◆ How to complete this task: Write out again only the lines that run from the start of the entries to the line containing "#110=IFCINDEXEDPOLYGONALFACE((5,7,8,6));", both included.

===

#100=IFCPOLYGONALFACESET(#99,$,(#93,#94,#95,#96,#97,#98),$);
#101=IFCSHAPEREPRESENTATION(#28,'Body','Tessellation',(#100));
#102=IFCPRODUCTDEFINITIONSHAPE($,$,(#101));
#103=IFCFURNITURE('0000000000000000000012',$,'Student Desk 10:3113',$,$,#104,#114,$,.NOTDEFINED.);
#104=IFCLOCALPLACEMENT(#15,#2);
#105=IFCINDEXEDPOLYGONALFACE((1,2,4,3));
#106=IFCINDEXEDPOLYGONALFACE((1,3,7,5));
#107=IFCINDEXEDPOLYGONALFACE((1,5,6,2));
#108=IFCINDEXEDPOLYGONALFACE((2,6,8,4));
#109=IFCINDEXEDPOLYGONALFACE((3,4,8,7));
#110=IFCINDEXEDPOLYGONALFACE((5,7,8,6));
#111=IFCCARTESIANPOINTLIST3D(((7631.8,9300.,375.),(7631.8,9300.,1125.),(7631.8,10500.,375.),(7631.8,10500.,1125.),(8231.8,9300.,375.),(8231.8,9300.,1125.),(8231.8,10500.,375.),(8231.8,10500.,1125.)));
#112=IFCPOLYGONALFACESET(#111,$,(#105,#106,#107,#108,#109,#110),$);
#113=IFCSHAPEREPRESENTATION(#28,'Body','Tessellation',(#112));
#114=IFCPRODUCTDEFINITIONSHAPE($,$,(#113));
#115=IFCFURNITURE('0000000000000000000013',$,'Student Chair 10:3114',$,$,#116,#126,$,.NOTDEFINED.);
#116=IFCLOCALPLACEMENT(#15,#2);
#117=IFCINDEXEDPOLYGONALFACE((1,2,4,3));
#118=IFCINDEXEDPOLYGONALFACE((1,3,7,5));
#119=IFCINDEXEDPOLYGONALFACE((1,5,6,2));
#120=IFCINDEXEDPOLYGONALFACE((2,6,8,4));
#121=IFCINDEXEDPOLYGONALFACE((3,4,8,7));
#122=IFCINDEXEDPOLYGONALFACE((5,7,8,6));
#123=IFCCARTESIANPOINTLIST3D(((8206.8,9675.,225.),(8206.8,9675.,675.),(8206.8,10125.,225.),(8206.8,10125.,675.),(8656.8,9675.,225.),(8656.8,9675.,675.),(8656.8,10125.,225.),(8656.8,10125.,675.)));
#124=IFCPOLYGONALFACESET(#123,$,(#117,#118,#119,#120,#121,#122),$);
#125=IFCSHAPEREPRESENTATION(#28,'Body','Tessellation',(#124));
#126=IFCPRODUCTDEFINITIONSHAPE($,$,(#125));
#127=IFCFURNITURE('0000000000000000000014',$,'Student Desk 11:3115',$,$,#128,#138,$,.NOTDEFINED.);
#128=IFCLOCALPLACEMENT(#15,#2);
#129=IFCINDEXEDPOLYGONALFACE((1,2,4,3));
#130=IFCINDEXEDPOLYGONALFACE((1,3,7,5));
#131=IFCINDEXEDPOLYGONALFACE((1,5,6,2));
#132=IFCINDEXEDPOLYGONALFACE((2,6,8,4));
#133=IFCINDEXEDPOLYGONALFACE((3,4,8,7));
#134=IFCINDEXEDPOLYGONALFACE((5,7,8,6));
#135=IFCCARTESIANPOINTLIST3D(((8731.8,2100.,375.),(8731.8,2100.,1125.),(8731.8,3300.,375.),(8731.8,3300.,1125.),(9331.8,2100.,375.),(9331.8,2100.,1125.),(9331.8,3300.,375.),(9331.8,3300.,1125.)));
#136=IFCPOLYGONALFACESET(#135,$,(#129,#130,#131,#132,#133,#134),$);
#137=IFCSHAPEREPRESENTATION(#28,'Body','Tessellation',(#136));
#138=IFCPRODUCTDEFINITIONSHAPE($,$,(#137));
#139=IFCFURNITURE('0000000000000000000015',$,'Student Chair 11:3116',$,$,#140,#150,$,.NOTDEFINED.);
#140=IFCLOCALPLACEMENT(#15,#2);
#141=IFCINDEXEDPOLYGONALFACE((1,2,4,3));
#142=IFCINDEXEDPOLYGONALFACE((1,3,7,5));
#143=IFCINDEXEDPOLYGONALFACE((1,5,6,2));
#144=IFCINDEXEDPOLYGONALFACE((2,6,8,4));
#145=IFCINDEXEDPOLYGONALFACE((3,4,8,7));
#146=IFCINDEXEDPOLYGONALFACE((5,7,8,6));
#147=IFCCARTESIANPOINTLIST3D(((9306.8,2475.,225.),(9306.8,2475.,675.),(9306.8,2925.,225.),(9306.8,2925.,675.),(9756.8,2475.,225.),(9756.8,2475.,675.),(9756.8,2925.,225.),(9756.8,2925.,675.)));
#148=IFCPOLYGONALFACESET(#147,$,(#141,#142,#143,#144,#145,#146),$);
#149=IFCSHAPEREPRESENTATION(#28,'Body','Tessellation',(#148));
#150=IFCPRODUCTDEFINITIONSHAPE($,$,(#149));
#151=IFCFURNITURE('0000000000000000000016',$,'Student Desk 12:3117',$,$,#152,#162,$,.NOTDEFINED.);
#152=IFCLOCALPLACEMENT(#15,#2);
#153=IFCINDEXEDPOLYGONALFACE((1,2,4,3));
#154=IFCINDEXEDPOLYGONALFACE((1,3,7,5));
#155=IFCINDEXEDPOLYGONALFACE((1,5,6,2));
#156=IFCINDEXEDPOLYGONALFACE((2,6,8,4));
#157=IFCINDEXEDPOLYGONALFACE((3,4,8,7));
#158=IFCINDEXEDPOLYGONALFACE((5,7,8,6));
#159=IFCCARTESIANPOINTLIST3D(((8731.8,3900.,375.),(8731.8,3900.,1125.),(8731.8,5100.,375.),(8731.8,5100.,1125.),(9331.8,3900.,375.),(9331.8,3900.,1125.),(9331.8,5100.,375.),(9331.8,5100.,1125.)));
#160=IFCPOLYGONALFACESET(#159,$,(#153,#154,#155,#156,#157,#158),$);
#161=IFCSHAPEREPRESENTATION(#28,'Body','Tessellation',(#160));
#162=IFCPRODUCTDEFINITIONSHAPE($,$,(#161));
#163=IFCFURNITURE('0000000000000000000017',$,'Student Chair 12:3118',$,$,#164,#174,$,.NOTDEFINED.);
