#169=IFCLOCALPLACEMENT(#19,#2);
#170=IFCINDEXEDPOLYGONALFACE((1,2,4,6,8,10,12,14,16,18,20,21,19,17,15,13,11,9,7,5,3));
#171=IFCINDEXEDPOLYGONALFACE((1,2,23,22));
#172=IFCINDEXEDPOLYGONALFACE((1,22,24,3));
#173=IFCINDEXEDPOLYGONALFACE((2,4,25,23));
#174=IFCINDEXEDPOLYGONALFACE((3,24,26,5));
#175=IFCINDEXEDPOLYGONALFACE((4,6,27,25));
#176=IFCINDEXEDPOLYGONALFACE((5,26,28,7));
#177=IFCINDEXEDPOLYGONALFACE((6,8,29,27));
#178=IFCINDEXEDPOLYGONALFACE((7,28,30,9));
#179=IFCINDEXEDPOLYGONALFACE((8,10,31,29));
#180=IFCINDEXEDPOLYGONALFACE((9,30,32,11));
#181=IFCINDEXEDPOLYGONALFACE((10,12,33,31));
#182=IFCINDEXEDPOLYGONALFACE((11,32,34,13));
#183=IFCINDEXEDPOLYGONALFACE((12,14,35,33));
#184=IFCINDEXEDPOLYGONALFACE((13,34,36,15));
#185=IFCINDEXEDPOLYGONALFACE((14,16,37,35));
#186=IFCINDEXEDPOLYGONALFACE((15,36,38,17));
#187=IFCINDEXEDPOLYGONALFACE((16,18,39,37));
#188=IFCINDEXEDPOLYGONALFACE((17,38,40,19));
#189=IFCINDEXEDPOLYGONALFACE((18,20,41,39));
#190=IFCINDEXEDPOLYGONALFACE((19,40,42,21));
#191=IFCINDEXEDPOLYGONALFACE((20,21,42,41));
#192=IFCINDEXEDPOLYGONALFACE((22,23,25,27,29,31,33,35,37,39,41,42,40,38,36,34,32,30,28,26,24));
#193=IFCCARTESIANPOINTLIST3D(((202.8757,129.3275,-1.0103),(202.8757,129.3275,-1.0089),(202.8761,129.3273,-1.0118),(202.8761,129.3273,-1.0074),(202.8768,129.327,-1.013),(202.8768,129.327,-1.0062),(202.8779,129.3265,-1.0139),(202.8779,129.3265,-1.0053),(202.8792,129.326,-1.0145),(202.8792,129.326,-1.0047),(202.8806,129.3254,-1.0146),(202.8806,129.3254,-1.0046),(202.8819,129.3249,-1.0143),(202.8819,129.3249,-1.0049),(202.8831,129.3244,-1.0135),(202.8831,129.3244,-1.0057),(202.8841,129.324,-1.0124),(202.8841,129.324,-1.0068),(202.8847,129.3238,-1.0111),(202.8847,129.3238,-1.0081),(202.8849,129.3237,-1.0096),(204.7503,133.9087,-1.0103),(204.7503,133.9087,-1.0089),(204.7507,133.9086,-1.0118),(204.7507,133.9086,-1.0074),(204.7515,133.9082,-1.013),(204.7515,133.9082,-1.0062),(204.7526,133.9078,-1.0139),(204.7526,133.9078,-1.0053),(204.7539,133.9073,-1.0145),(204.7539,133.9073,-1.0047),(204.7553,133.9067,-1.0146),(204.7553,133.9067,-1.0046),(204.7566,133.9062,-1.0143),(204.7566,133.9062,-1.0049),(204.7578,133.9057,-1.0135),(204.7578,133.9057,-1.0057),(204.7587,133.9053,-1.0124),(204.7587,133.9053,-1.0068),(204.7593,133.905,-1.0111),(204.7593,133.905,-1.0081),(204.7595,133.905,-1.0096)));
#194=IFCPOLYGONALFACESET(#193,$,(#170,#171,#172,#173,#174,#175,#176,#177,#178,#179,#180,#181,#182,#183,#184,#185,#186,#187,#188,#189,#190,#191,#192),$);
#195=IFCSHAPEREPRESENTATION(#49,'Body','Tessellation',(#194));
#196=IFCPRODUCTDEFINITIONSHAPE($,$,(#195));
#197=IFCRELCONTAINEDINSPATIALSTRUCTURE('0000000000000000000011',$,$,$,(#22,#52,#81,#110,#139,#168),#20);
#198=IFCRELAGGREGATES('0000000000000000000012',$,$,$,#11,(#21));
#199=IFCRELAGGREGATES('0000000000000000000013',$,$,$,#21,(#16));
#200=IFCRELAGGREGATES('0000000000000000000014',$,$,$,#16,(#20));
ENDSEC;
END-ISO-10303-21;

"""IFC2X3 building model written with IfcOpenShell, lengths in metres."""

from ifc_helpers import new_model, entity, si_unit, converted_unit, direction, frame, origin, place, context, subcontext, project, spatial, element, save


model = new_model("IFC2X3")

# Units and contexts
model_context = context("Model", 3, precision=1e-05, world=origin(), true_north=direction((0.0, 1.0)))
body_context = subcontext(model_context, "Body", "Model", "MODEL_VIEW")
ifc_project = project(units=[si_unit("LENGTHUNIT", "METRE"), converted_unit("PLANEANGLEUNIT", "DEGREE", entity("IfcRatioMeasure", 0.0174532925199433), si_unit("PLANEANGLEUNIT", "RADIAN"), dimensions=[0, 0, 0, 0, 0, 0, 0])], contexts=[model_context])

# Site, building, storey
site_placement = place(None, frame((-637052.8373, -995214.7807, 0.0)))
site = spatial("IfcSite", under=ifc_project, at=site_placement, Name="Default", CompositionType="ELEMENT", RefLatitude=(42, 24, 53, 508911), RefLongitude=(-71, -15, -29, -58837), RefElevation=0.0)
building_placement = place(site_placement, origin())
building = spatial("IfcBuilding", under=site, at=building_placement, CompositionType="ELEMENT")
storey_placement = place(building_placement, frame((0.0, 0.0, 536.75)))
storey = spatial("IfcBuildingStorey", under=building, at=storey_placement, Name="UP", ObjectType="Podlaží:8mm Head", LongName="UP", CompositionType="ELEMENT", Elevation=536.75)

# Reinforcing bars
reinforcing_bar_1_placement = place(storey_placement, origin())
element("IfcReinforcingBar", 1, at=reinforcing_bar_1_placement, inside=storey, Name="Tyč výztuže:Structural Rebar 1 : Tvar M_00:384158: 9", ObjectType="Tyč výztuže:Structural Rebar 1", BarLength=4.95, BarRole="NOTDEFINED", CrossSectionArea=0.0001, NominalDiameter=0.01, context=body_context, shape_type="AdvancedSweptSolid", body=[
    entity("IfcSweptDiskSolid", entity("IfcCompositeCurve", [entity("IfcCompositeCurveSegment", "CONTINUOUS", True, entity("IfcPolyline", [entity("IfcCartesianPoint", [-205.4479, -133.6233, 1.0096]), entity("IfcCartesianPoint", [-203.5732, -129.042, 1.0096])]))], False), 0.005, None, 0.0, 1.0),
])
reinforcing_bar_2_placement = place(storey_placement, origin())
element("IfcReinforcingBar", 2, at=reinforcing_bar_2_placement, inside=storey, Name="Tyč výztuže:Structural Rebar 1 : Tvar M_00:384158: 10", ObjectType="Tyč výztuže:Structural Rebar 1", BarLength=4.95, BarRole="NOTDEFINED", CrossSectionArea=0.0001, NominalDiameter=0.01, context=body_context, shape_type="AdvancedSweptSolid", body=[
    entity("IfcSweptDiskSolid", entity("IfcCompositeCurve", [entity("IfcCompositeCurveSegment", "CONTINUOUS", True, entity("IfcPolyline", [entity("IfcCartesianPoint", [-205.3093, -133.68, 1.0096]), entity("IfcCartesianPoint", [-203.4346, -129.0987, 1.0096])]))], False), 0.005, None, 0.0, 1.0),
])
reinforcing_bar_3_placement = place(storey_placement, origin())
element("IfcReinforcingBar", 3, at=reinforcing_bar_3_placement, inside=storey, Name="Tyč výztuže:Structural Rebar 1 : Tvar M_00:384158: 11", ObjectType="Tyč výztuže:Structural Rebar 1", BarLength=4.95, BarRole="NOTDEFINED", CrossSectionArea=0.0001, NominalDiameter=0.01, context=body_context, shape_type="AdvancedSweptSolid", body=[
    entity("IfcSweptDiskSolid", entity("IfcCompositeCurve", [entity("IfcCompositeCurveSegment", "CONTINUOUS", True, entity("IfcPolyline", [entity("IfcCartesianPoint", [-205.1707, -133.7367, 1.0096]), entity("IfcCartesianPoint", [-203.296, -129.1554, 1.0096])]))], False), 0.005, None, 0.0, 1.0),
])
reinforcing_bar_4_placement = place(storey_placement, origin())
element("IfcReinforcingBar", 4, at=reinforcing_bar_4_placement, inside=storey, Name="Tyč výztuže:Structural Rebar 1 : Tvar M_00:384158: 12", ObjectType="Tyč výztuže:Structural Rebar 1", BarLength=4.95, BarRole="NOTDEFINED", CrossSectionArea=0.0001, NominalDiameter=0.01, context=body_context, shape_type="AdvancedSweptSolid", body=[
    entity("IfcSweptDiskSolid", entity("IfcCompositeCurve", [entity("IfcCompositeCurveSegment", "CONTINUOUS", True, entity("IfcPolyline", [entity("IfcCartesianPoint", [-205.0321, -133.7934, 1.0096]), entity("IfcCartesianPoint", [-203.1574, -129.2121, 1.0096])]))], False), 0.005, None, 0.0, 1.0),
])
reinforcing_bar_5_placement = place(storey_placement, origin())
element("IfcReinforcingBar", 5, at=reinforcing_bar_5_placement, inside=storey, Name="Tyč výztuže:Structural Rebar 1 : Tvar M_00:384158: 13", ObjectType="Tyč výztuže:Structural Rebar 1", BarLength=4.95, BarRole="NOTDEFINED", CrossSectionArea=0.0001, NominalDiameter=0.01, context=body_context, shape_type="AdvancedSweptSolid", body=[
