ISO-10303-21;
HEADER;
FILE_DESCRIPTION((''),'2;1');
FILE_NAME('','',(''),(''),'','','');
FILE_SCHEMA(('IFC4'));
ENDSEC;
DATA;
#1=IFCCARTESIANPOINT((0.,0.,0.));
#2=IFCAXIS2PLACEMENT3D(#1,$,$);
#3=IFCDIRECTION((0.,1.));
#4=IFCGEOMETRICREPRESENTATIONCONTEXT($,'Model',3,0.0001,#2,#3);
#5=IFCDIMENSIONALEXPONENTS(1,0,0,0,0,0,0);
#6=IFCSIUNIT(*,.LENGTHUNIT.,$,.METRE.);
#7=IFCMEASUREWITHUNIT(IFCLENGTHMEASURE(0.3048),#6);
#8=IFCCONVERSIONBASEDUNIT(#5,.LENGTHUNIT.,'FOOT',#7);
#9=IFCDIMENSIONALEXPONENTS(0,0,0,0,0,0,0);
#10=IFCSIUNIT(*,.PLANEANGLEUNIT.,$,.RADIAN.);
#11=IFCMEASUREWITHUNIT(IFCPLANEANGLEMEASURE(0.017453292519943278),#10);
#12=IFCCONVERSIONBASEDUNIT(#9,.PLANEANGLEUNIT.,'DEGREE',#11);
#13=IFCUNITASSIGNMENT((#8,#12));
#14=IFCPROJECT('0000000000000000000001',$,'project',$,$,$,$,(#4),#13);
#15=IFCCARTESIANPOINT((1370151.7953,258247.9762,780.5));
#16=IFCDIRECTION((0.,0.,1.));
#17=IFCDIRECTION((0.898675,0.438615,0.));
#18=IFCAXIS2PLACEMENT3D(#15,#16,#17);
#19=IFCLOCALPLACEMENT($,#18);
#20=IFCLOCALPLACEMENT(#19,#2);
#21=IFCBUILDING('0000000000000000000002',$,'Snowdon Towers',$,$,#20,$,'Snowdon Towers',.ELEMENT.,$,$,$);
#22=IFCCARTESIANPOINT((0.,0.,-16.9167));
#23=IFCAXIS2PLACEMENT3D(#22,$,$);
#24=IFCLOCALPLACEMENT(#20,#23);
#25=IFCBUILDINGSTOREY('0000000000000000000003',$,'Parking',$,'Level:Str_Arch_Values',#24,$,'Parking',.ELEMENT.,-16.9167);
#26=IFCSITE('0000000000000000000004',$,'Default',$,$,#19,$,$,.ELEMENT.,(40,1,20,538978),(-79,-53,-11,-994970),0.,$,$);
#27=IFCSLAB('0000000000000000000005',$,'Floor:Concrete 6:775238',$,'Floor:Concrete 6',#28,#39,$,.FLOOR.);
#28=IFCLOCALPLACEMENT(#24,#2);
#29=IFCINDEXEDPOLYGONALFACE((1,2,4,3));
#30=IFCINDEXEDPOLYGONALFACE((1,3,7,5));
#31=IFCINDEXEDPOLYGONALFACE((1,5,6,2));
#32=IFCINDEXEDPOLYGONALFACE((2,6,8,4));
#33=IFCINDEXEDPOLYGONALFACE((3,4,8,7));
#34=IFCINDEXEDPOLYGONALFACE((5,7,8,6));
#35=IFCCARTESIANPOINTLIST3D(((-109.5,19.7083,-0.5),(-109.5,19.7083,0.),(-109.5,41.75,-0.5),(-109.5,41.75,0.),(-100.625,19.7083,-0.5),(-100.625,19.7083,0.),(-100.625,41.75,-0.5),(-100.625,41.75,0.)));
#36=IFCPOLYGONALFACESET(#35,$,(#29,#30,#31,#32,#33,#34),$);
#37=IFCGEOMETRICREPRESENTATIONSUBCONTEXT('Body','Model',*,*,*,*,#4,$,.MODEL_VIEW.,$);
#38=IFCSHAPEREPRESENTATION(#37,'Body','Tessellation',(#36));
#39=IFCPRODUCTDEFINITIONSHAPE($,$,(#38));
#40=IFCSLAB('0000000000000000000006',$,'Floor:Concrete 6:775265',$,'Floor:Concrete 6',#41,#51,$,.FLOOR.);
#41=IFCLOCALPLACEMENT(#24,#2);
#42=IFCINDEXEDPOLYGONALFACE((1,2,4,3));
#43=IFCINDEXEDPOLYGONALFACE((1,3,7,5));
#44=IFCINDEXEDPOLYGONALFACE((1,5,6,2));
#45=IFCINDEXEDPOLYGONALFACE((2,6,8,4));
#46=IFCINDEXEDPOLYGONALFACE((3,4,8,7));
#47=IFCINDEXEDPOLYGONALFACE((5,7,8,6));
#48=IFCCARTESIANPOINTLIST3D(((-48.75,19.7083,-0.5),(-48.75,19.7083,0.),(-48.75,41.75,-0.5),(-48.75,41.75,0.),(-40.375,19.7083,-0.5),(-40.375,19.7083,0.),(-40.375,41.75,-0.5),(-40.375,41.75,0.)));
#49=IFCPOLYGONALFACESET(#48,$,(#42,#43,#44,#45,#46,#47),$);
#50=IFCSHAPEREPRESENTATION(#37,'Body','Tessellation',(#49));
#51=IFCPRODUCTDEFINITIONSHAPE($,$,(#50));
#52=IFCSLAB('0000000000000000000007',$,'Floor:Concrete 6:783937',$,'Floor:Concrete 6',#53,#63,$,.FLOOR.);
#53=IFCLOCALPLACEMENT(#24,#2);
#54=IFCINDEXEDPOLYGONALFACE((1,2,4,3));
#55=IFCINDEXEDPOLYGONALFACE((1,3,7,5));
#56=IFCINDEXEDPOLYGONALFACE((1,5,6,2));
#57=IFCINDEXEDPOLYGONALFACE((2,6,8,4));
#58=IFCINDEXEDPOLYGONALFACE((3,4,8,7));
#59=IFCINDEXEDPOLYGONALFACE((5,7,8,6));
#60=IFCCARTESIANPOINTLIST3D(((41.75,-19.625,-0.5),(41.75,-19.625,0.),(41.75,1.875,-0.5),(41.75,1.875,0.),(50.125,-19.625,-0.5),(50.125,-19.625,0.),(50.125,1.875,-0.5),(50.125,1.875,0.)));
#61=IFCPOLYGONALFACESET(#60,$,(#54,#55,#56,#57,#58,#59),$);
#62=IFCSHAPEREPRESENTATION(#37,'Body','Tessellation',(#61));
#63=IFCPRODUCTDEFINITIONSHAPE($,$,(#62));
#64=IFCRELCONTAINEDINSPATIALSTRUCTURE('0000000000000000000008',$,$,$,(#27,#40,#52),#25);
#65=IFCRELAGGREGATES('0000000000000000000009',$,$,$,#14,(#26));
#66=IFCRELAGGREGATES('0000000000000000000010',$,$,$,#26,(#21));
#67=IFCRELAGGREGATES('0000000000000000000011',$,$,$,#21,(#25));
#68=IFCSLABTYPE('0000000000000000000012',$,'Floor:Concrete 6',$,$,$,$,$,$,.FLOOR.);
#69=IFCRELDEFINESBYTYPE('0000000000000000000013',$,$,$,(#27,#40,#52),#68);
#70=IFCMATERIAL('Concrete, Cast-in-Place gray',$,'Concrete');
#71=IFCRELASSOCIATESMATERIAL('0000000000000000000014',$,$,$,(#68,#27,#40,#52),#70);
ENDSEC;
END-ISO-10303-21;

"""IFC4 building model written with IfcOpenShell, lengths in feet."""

from ifc_helpers import new_model, entity, si_unit, converted_unit, direction, frame, origin, place, context, subcontext, project, spatial, indexed_curve, outline, extrude, material, type_object, element, save


model = new_model("IFC4")

# Units and contexts
model_context = context("Model", 3, precision=0.0001, world=origin(), true_north=direction((0.0, 1.0)))
body_context = subcontext(model_context, "Body", "Model", "MODEL_VIEW")
ifc_project = project(units=[converted_unit("LENGTHUNIT", "FOOT", entity("IfcLengthMeasure", 0.3048), si_unit("LENGTHUNIT", "METRE"), dimensions=[1, 0, 0, 0, 0, 0, 0]), converted_unit("PLANEANGLEUNIT", "DEGREE", entity("IfcPlaneAngleMeasure", 0.017453292519943278), si_unit("PLANEANGLEUNIT", "RADIAN"), dimensions=[0, 0, 0, 0, 0, 0, 0])], contexts=[model_context])

# Site, building, storey
site_placement = place(None, frame((1370151.7953, 258247.9762, 780.5), z_axis=(0.0, 0.0, 1.0), x_axis=(0.898675, 0.438615, 0.0)))
site = spatial("IfcSite", under=ifc_project, at=site_placement, Name="Default", CompositionType="ELEMENT", RefLatitude=(40, 1, 20, 538978), RefLongitude=(-79, -53, -11, -994970), RefElevation=0.0)
building_placement = place(site_placement, origin())
building = spatial("IfcBuilding", under=site, at=building_placement, Name="Snowdon Towers", LongName="Snowdon Towers", CompositionType="ELEMENT")
storey_placement = place(building_placement, frame((0.0, 0.0, -16.9167)))
storey = spatial("IfcBuildingStorey", under=building, at=storey_placement, Name="Parking", ObjectType="Level:Str_Arch_Values", LongName="Parking", CompositionType="ELEMENT", Elevation=-16.9167)

# Shared definitions
ifc_material = material(Name="Concrete, Cast-in-Place gray", Category="Concrete")

# Shared definitions
slab_type_1 = type_object("IfcSlabType", Name="Floor:Concrete 6", PredefinedType="FLOOR", material=ifc_material)

# Slabs
slab_1_placement = place(storey_placement, origin())
element("IfcSlab", 1, at=slab_1_placement, inside=storey, type_object=slab_type_1, material=ifc_material, Name="Floor:Concrete 6:775238", ObjectType="Floor:Concrete 6", PredefinedType="FLOOR", context=body_context, shape_type="SweptSolid", body=[
    extrude(outline(indexed_curve([(-11.0208, -4.4375), (11.0208, -4.4375), (11.0208, 4.4375), (-11.0208, 4.4375), (-11.0208, -4.4375)], self_intersect=False)), frame((-105.0625, 30.7292, 0.0), z_axis=(0.0, 0.0, -1.0), x_axis=(0.0, 1.0, 0.0)), (0.0, 0.0, 1.0), 0.5),
])
slab_2_placement = place(storey_placement, origin())
element("IfcSlab", 2, at=slab_2_placement, inside=storey, type_object=slab_type_1, material=ifc_material, Name="Floor:Concrete 6:775265", ObjectType="Floor:Concrete 6", PredefinedType="FLOOR", context=body_context, shape_type="SweptSolid", body=[
    extrude(outline(indexed_curve([(-11.0208, -4.1875), (11.0208, -4.1875), (11.0208, 4.1875), (-11.0208, 4.1875), (-11.0208, -4.1875)], self_intersect=False)), frame((-44.5625, 30.7292, 0.0), z_axis=(0.0, 0.0, -1.0), x_axis=(0.0, 1.0, 0.0)), (0.0, 0.0, 1.0), 0.5),
])
slab_3_placement = place(storey_placement, origin())
element("IfcSlab", 3, at=slab_3_placement, inside=storey, type_object=slab_type_1, material=ifc_material, Name="Floor:Concrete 6:783937", ObjectType="Floor:Concrete 6", PredefinedType="FLOOR", context=body_context, shape_type="SweptSolid", body=[
    extrude(outline(indexed_curve([(-10.75, -4.1875), (10.75, -4.1875), (10.75, 4.1875), (-10.75, 4.1875), (-10.75, -4.1875)], self_intersect=False)), frame((45.9375, -8.875, 0.0), z_axis=(0.0, 0.0, -1.0), x_axis=(0.0, 1.0, 0.0)), (0.0, 0.0, 1.0), 0.5),
])

save(model, "model.ifc")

===

◆ Written response:
#100=IFCPOLYGONALFACESET(#99,$,(#93,#94,#95,#96,#97,#98),$);
#101=IFCSHAPEREPRESENTATION(#28,'Body','Tessellation',(#100));
#102=IFCPRODUCTDEFINITIONSHAPE($,$,(#101));
#103=IFCFURNITURE('0000000000000000000012',$,'Student Desk 10:3113',$,$,#104,#114,$,.NOTDEFINED.);
#104=IFCLOCALPLACEMENT(#15,#2);
#105=IFCINDEXEDPOLYGONALFACE((1,2,4,3));
#106=IFCINDEXEDPOLYGONALFACE((1,3,7,5));
#107=IFCINDEXEDPOLYGONALFACE((1,5,6,2));
#108=IFCINDEXEDPOLYGONALFACE((2,6,8,4));
#109=IFCINDEXEDPOLYGONALFACE((3,4,8,7));
#110=IFCINDEXEDPOLYGONALFACE((5,7,8,6));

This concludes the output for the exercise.